Bryson was joined by four fellow judges, prominent figures from the worlds of science, literature, academia and media, to select the six best new books that engage with some aspect of medicine, health or illness. The panel included psychologist Professor Uta Frith DBE. She told us: 'All the books on the short list are of interest to psychologists.'
The Iceberg: a Memoir (Atlantic) is by Marion Coutts, a young artist whose husband developed a brain tumour and eventually died. 'You feel almost as if you are reliving this experience with her in real time', Bryson commented. Professor Frith said 'it deals with death and grief, in a wonderfully poetic way'.
Bodies of Light by Sarah Moss (Granta) is a novel about a woman's progress through the first medical school open to women. Professor Frith said: 'It weaves an extraordinary background of a vividly imagined woman whose personal experiences propel her to become one of the first female doctors.'
Alice Roberts' shortlisted book The Incredible Unlikeliness of Being: Evolution and the Making of Us (Heron) is described by Bryson as one which gives 'a lot of information about things that we really ought to know about, but it does it in a way which is thoroughly absorbing and engaging.' It has a chapter on head and brain.

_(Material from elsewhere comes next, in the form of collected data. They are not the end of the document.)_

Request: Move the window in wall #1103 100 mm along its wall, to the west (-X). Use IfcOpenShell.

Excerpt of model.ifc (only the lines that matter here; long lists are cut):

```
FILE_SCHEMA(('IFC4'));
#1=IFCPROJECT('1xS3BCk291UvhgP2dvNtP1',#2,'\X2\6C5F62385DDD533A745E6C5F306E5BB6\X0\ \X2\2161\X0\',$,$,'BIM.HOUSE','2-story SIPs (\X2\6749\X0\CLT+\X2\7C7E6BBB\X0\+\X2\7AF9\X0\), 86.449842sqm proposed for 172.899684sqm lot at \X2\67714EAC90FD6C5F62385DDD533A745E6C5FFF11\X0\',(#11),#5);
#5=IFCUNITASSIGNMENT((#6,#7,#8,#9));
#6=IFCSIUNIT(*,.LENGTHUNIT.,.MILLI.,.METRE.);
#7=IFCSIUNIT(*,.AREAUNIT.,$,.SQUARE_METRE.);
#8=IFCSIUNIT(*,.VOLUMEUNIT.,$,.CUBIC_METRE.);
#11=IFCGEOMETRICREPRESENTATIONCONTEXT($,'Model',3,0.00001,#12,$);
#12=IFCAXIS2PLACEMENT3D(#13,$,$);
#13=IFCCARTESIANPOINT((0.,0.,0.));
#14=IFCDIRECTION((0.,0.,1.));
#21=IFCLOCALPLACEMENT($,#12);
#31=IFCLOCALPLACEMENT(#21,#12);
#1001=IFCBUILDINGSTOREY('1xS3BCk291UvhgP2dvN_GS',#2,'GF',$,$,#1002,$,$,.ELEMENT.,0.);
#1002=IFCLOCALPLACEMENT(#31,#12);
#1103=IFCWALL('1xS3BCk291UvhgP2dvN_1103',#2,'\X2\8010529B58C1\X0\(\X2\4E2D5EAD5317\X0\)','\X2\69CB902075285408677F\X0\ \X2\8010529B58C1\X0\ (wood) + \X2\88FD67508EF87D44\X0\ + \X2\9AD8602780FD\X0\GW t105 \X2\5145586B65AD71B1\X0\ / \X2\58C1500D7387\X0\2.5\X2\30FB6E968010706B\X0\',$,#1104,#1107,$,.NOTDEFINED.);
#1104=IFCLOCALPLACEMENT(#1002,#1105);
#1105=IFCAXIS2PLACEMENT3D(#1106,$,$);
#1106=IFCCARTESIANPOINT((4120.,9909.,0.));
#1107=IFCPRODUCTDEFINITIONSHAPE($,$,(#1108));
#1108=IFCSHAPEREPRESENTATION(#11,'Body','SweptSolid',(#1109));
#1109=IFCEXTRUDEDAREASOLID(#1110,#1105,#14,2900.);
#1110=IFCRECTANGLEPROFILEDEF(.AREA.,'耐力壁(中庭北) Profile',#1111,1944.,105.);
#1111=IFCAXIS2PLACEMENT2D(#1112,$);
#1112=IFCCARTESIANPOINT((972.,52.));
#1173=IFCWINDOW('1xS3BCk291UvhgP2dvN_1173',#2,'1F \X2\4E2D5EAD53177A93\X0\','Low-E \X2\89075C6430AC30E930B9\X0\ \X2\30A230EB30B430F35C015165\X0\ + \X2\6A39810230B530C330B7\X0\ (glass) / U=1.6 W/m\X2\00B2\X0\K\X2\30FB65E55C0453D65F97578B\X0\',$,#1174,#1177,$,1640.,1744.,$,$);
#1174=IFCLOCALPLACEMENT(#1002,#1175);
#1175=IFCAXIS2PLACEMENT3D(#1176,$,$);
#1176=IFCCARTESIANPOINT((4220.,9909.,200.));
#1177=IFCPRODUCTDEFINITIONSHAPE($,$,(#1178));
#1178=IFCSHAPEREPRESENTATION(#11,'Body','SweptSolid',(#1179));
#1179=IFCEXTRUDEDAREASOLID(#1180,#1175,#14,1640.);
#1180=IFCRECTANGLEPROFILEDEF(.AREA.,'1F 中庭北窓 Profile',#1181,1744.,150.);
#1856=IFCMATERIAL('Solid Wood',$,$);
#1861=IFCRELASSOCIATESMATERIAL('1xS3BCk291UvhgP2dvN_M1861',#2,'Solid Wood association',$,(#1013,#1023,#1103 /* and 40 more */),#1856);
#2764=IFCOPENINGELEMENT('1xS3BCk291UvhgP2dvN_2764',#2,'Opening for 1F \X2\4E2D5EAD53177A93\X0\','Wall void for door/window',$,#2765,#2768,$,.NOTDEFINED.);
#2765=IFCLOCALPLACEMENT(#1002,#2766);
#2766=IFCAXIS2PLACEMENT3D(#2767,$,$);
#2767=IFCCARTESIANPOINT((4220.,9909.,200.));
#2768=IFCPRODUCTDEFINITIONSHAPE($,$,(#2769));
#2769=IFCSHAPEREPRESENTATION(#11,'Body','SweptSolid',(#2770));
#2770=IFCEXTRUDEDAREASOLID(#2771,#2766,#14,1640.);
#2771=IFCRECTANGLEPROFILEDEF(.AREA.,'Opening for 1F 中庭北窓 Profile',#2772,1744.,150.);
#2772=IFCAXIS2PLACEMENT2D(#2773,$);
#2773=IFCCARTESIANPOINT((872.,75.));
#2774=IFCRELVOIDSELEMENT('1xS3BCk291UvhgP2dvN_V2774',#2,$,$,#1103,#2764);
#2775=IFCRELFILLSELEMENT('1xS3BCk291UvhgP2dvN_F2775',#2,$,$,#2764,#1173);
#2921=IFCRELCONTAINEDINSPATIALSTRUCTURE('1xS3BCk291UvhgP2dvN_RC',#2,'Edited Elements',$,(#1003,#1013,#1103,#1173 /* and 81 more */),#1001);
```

```python
import ifcopenshell
import ifcopenshell.api.geometry
import ifcopenshell.util.placement

model = ifcopenshell.open("model.ifc")

window = model.by_id(1173)
opening = window.FillsVoids[0].RelatingOpeningElement
wall = opening.VoidsElements[0].RelatingBuildingElement

wall_matrix = ifcopenshell.util.placement.get_local_placement(wall.ObjectPlacement)
shift = wall_matrix[:3, 0] * -100.0
before = ifcopenshell.util.placement.get_local_placement(window.ObjectPlacement)[:3, 3].copy()

# The window is not placed relative to its opening, so move both.
for product in (opening, window):
    matrix = ifcopenshell.util.placement.get_local_placement(product.ObjectPlacement)
    matrix[:3, 3] += shift
    ifcopenshell.api.geometry.edit_object_placement(model, product=product, matrix=matrix, is_si=False)

after = ifcopenshell.util.placement.get_local_placement(window.ObjectPlacement)[:3, 3]
print("window moved by", (after - before).round(3) + 0.0)

model.write("model_updated.ifc")
```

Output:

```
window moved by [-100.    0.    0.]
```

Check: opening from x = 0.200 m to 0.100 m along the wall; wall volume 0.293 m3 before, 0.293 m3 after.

Professor Frith describes 'My Age of Anxiety' by Scott Stossel (Windmill Books) as a 'totally honest look by the author at his own crippling fears and attempts to overcome them. The book can be recommended to psychologists as being almost comprehensive in its coverage of research in possible treatments and for its informative footnotes.' Bryson calls it 'at times unexpectedly hilarious, but mostly just moving and touching'.
'All my Puny Sorrows' by Miriam Toews (Faber) is described as 'a startling demonstration of how to carry on with hope and love and the business of living even when grief loads the heart.' Professor Frith notes that 'it deals with suicide and the helplessness of the bystanders'.

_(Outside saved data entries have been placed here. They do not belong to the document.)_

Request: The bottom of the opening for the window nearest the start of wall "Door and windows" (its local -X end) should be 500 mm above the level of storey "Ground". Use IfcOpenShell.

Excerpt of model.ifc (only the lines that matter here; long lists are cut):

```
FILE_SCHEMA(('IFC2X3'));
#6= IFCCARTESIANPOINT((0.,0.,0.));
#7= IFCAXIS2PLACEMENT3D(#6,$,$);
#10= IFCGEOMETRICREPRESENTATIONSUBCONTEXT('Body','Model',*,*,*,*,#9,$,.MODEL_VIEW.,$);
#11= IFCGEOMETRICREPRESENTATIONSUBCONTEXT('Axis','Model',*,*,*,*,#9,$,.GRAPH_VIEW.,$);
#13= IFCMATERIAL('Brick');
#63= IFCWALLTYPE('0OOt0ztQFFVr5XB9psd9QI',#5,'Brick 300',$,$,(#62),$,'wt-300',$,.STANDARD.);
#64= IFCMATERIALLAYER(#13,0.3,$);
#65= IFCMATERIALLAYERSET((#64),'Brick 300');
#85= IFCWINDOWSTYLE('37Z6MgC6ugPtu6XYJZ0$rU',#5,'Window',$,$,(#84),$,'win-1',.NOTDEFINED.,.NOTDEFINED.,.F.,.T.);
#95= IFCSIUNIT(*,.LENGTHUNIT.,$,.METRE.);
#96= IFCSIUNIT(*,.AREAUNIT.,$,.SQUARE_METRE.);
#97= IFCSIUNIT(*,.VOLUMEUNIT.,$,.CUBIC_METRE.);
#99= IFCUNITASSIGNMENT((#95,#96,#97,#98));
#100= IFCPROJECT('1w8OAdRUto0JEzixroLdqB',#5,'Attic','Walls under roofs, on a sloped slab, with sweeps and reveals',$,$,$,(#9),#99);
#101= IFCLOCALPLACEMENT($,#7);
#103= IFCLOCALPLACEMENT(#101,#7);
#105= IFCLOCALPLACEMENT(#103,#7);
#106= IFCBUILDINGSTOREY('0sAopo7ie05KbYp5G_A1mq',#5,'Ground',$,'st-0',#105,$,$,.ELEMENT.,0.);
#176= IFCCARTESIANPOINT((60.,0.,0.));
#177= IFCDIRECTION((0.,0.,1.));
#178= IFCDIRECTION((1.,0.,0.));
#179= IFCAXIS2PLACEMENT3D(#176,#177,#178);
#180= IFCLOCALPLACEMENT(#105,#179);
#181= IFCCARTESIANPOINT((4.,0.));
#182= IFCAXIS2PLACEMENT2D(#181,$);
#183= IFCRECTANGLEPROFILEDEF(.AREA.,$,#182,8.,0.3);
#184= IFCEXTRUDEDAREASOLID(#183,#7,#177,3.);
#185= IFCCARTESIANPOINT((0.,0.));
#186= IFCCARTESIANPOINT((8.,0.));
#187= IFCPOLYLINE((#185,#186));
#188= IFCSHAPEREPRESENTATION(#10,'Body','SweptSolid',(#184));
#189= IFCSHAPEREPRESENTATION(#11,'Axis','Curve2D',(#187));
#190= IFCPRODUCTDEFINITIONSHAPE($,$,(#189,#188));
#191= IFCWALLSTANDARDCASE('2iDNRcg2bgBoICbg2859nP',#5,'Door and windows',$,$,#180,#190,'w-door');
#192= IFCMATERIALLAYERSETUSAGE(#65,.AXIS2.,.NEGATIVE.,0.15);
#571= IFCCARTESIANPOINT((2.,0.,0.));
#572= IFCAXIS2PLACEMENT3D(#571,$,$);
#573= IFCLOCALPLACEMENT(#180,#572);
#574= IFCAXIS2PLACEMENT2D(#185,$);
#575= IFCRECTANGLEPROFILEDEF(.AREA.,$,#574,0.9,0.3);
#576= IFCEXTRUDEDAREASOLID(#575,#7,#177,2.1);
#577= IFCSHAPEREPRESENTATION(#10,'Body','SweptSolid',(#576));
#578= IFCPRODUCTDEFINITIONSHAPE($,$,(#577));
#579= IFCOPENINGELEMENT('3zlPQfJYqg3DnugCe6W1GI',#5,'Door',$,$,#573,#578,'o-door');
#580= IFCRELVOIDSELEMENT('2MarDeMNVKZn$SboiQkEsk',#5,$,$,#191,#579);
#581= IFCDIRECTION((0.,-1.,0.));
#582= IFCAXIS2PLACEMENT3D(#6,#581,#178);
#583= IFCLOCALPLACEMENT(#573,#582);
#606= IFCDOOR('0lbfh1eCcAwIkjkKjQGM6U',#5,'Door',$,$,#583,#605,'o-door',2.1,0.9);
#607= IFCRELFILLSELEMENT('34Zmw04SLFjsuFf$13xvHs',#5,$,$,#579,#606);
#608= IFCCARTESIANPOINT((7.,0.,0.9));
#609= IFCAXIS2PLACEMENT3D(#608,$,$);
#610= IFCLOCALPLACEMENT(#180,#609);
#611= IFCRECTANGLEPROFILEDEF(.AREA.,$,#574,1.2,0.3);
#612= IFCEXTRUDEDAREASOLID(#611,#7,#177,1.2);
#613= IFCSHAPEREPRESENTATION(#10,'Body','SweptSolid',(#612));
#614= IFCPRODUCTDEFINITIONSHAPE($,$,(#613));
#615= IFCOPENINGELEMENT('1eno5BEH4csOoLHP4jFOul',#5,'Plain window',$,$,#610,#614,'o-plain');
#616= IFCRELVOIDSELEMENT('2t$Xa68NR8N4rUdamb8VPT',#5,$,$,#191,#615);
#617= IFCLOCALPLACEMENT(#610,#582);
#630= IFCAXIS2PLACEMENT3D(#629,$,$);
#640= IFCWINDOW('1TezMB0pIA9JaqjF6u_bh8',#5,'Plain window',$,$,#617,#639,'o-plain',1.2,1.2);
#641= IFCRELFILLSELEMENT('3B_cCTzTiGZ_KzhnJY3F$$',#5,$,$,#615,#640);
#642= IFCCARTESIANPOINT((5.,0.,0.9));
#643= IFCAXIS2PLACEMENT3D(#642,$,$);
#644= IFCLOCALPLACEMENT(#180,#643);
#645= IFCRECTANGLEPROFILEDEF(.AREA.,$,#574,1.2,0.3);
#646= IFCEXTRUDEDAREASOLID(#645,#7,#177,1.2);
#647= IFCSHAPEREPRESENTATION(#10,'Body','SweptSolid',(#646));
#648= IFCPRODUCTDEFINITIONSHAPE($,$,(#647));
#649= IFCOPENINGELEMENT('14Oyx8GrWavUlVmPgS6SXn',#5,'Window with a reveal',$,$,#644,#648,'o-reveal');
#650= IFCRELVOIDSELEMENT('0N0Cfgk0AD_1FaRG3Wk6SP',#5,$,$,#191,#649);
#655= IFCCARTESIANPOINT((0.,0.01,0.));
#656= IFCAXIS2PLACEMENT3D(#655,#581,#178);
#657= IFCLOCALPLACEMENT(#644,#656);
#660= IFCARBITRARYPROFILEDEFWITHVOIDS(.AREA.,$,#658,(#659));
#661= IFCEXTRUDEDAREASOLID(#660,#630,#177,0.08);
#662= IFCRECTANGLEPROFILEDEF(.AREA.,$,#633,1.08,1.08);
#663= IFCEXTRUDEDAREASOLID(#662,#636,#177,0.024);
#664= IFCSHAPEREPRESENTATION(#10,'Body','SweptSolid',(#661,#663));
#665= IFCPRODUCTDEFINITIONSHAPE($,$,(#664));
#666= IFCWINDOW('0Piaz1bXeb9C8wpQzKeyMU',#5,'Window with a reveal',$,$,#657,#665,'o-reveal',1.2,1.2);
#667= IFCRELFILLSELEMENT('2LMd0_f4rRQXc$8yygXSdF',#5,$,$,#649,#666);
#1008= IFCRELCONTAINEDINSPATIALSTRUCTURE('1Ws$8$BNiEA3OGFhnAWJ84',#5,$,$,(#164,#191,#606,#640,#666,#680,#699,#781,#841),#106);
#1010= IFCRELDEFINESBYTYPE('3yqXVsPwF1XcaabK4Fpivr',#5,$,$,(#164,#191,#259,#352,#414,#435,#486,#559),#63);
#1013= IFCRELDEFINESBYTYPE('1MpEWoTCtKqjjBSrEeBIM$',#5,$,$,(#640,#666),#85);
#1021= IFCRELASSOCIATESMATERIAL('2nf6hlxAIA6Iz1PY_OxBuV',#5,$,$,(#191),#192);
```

```python
import numpy as np
import ifcopenshell
import ifcopenshell.api.geometry
import ifcopenshell.geom
import ifcopenshell.util.element
import ifcopenshell.util.placement
import ifcopenshell.util.shape
import ifcopenshell.util.unit

model = ifcopenshell.open("model.ifc")
unit_scale = ifcopenshell.util.unit.calculate_unit_scale(model)

window = model.by_guid("0Piaz1bXeb9C8wpQzKeyMU")
opening = window.FillsVoids[0].RelatingOpeningElement
storey = ifcopenshell.util.element.get_container(window, ifc_class="IfcBuildingStorey")
level = ifcopenshell.util.placement.get_local_placement(storey.ObjectPlacement)[2, 3]

# The opening's origin need not be at the sill, so measure its lowest point.
shape = ifcopenshell.geom.create_shape(ifcopenshell.geom.settings(), opening)
bottom = ifcopenshell.util.shape.get_shape_bottom_elevation(shape, shape.geometry) / unit_scale
dz = level + 0.5 - bottom

shift = np.array([0.0, 0.0, dz])
# The window is placed relative to its opening, so it follows when the opening moves.
matrix = ifcopenshell.util.placement.get_local_placement(opening.ObjectPlacement)
matrix[:3, 3] += shift
ifcopenshell.api.geometry.edit_object_placement(
    model, product=opening, matrix=matrix, is_si=False, should_transform_children=True
)

print(f"moved by {dz * unit_scale:+.3f} m")

model.write("model_rev.ifc")
```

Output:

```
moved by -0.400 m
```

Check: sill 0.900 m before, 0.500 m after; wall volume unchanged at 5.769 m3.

Last but by no means least is Do No Harm: Stories of Life, Death, and Brain Surgery by Henry Marsh (Weidenfeld & Nicolson). Marsh is a Consultant Neurosurgeon with over four decades of experience, and his book has been described as 'painfully honest' by fellow author Ian McEwan. 'It talks a lot about the joys and triumphs of success,' Bryson comments, 'but it is also unstinting in talking about failures and the limitations of what doctors can sometimes do.' Marsh has written an article for The Psychologist on his understanding of brain and behaviour, and the role of psychology in his work. It is due for publication in June, but we present an extract from it here.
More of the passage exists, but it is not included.